越灵溪嘟嘴:“也不全是,那个宁笛是怎么回事?一个皇子时时想下绊子,这一路可怎么走。”

她低声嘟囔:“本来,我还想和你多呆些时候,现下好了,一堆窝心的人,恨不能时时都有窝心的事,哪里还玩的痛快!”

蔺北笑,贴近她:“你想和我如何呆?呆多少时候?”

男人极具魅惑的口气吹在她脸上,让她一阵颤栗,不自觉别开脸。

“你起来些,不然。”

说着,越灵溪住了嘴,不再言语。

“不然怎样?要咬我吗?”蔺北墨目里春雷滚滚,眼见就倾盆而出。

门外响起敲门声。

“少爷,少夫人,梧桐给您们送水过来。”

此次出行,越灵溪没有让春杏来,反而点了梧桐。

这让从越家随侍到蔺家的春杏很是不悦,梧桐却怎样都掩饰不了内心的喜悦,这是她离蔺北最近又时间最长的日子。

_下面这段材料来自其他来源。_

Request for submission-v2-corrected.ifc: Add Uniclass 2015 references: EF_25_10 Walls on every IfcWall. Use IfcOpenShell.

First a look at what the model holds.

```python
import ifcopenshell

model = ifcopenshell.open("submission-v2-corrected.ifc")
print(model.schema)
print("classifications:", [c.Name for c in model.by_type("IfcClassification")])
for ifc_class in ("IfcDoor", "IfcRoof", "IfcStair", "IfcWall", "IfcWindow"):
    print(ifc_class, len(model.by_type(ifc_class)))
```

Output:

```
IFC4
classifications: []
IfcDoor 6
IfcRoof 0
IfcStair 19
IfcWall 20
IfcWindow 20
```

```python
import ifcopenshell
import ifcopenshell.api.classification

model = ifcopenshell.open("submission-v2-corrected.ifc")

system = ifcopenshell.api.classification.add_classification(model, classification="Uniclass 2015")

codes = {
    "IfcWall": ("EF_25_10", "Walls"),
}
for ifc_class, (code, name) in codes.items():
    products = model.by_type(ifc_class)
    ifcopenshell.api.classification.add_reference(
        model, products=products, classification=system, identification=code, name=name
    )
    print(code, len(products))

model.write("submission-v2-corrected_updated.ifc")
```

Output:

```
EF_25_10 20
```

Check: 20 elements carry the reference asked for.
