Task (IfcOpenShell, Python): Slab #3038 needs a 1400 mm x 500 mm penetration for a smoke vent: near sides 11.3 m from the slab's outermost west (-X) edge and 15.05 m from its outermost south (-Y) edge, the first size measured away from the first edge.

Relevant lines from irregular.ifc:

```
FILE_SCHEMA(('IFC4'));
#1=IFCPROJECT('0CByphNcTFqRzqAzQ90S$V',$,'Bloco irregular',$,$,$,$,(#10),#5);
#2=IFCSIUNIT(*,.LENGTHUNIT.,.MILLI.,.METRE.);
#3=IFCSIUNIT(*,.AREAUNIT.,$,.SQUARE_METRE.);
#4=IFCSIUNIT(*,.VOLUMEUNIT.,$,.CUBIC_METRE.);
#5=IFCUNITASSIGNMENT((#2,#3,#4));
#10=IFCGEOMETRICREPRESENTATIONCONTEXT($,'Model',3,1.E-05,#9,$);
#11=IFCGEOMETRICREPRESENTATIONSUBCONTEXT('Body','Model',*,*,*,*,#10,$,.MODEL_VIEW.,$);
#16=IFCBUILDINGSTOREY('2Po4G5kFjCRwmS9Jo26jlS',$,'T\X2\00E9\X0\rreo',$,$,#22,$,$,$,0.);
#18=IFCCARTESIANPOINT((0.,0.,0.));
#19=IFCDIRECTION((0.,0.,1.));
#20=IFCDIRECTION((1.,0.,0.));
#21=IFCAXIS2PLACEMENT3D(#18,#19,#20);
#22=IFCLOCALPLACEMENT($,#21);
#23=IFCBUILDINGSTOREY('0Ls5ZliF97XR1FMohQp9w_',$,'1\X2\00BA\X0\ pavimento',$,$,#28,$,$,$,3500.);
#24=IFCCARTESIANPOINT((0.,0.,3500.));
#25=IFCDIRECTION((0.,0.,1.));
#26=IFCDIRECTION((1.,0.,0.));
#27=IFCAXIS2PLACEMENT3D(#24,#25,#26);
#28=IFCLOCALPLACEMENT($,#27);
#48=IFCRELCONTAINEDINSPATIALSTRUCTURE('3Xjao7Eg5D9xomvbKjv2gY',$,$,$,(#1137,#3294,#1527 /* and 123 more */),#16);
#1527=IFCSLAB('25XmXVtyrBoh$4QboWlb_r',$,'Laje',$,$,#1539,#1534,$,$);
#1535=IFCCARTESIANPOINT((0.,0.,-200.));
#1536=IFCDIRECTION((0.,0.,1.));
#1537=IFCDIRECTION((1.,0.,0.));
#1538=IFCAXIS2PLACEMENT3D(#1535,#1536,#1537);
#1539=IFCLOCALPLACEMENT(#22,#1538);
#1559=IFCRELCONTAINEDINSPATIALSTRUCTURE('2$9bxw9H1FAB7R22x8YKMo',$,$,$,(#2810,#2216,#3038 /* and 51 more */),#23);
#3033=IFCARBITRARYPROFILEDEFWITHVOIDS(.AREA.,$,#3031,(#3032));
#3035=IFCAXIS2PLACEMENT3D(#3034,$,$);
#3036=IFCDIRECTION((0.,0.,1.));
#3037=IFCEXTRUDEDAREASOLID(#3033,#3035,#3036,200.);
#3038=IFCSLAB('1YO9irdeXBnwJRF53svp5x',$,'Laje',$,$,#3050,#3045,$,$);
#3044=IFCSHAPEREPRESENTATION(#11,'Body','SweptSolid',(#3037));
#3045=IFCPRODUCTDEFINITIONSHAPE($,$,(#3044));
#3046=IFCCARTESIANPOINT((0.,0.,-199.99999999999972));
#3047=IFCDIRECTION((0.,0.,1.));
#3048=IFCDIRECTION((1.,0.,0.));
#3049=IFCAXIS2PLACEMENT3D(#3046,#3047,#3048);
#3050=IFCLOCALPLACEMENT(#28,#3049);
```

```python
import numpy as np
import ifcopenshell
import ifcopenshell.api.feature
import ifcopenshell.api.geometry
import ifcopenshell.api.root
import ifcopenshell.geom
import ifcopenshell.util.placement
import ifcopenshell.util.representation
import ifcopenshell.util.shape
import ifcopenshell.util.unit

model = ifcopenshell.open("irregular.ifc")
unit_scale = ifcopenshell.util.unit.calculate_unit_scale(model)
settings = ifcopenshell.geom.settings()


def volume(element):
    """Net volume in cubic metres, openings subtracted."""
    shape = ifcopenshell.geom.create_shape(settings, element)
    return ifcopenshell.util.shape.get_volume(shape.geometry)


slab = model.by_guid("1YO9irdeXBnwJRF53svp5x")
before = volume(slab)

# Extent in the slab's own axes, in metres. The edges named are its -X and -Y sides.
slab_shape = ifcopenshell.geom.create_shape(settings, slab)
vertices = ifcopenshell.util.shape.get_vertices(slab_shape.geometry)
x_min, y_min, bottom = vertices.min(axis=0)
top = vertices[:, 2].max()

opening = ifcopenshell.api.root.create_entity(model, ifc_class="IfcOpeningElement", name="Smoke vent opening", predefined_type="OPENING")
context = ifcopenshell.util.representation.get_context(model, "Model", "Body", "MODEL_VIEW")
width, depth = 1.4, 0.5
outline = [(0.0, 0.0), (width, 0.0), (width, depth), (0.0, depth), (0.0, 0.0)]
# Overshoot both faces by 50 mm so the cut is clean.
shape = ifcopenshell.api.geometry.add_slab_representation(
    model, context=context, depth=top - bottom + 0.1, polyline=outline
)
ifcopenshell.api.geometry.assign_representation(model, product=opening, representation=shape)

matrix = ifcopenshell.util.placement.get_local_placement(slab.ObjectPlacement)
matrix[:, 3] = matrix @ np.append(np.array([x_min + 11.3, y_min + 15.05, bottom - 0.05]) / unit_scale, 1.0)
ifcopenshell.api.geometry.edit_object_placement(model, product=opening, matrix=matrix, is_si=False)
ifcopenshell.api.feature.add_feature(model, feature=opening, element=slab)

after = volume(slab)

print(f"slab volume {before:.3f} -> {after:.3f} m3")

model.write("irregular-out.ifc")
```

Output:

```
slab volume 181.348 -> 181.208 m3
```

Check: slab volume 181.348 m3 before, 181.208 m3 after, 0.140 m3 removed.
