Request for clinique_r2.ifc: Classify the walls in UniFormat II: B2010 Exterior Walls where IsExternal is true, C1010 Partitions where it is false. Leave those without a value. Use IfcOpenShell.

First a look at what the model holds.

```python
import ifcopenshell
import ifcopenshell.util.element

model = ifcopenshell.open("clinique_r2.ifc")
print(model.schema)
print("classifications:", [c.Name for c in model.by_type("IfcClassification")])
values = [ifcopenshell.util.element.get_pset(e, "Pset_WallCommon", "IsExternal") for e in model.by_type("IfcWall")]
for value in (True, False, None):
    print("IsExternal", value, values.count(value))
```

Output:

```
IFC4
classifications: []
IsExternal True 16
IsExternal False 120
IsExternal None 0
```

```python
import ifcopenshell
import ifcopenshell.api.classification
import ifcopenshell.util.element

model = ifcopenshell.open("clinique_r2.ifc")

system = ifcopenshell.api.classification.add_classification(model, classification="UniFormat II")

walls = model.by_type("IfcWall")
external = {e: ifcopenshell.util.element.get_pset(e, "Pset_WallCommon", "IsExternal") for e in walls}
for flag, code, name in ((True, "B2010", "Exterior Walls"), (False, "C1010", "Partitions")):
    products = [e for e in walls if external[e] is flag]
    ifcopenshell.api.classification.add_reference(
        model, products=products, classification=system, identification=code, name=name
    )
    print(code, len(products))

model.write("clinique_r2_edited.ifc")
```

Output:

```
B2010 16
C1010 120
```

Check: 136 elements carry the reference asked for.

谁能保证在这样长的路途里,自己的悉心照料会进不了少爷的眼。

万一哪个少夫人生气的夜晚,恰好就成全了自己。

因此,梧桐立誓一路上要好好表现。

却不想,这才一天不到,她就已经将自己的少爷得罪苦了。

蔺北看着身下窃笑的越灵溪,恨恨道:“你让她来的?我不给你支了十多个丫鬟,非带个年纪大又没眼力劲的,存心整我是不是?”

越灵溪笑的合不上嘴,她哪里知道梧桐这样不放过任何一个机会,刚刚在楼下,明明自己交待她不用侍候了。

这个丫鬟,还真是得想个折子,许了她才踏实。

“这不是觉得梧桐是你最先给的丫鬟,既可你心又可我心,用着极为顺手,就辛苦她让她跟出来了。你快去把她打发走,一会时间长了,她该多想了。”

越灵溪推蔺北。

蔺北无奈,只好起身去了外间。

越灵溪眼里划过一抹失落,怕是在将梧桐送人之前,还得探探这主子的心思。

古代的男主子,谁没几个暖房丫鬟。

这梧桐,以前会不会就给蔺北暖过床?

越灵溪想到这,叹口气,没让自己想下去。

她一咕噜爬起来,到窗边将窗户打开,窗沿上撒下些谷粒。

很快,鸽子落在她窗边。

越灵溪解下它脚上绑着的信,才将鸽子放走,蔺北就回来了。

“天这样冷,开窗作甚?”

蔺北走过来,就要将窗关上,又发现沿上的米粒,再看看带些着慌张的越灵溪,他眼神暗了暗,将窗关上了。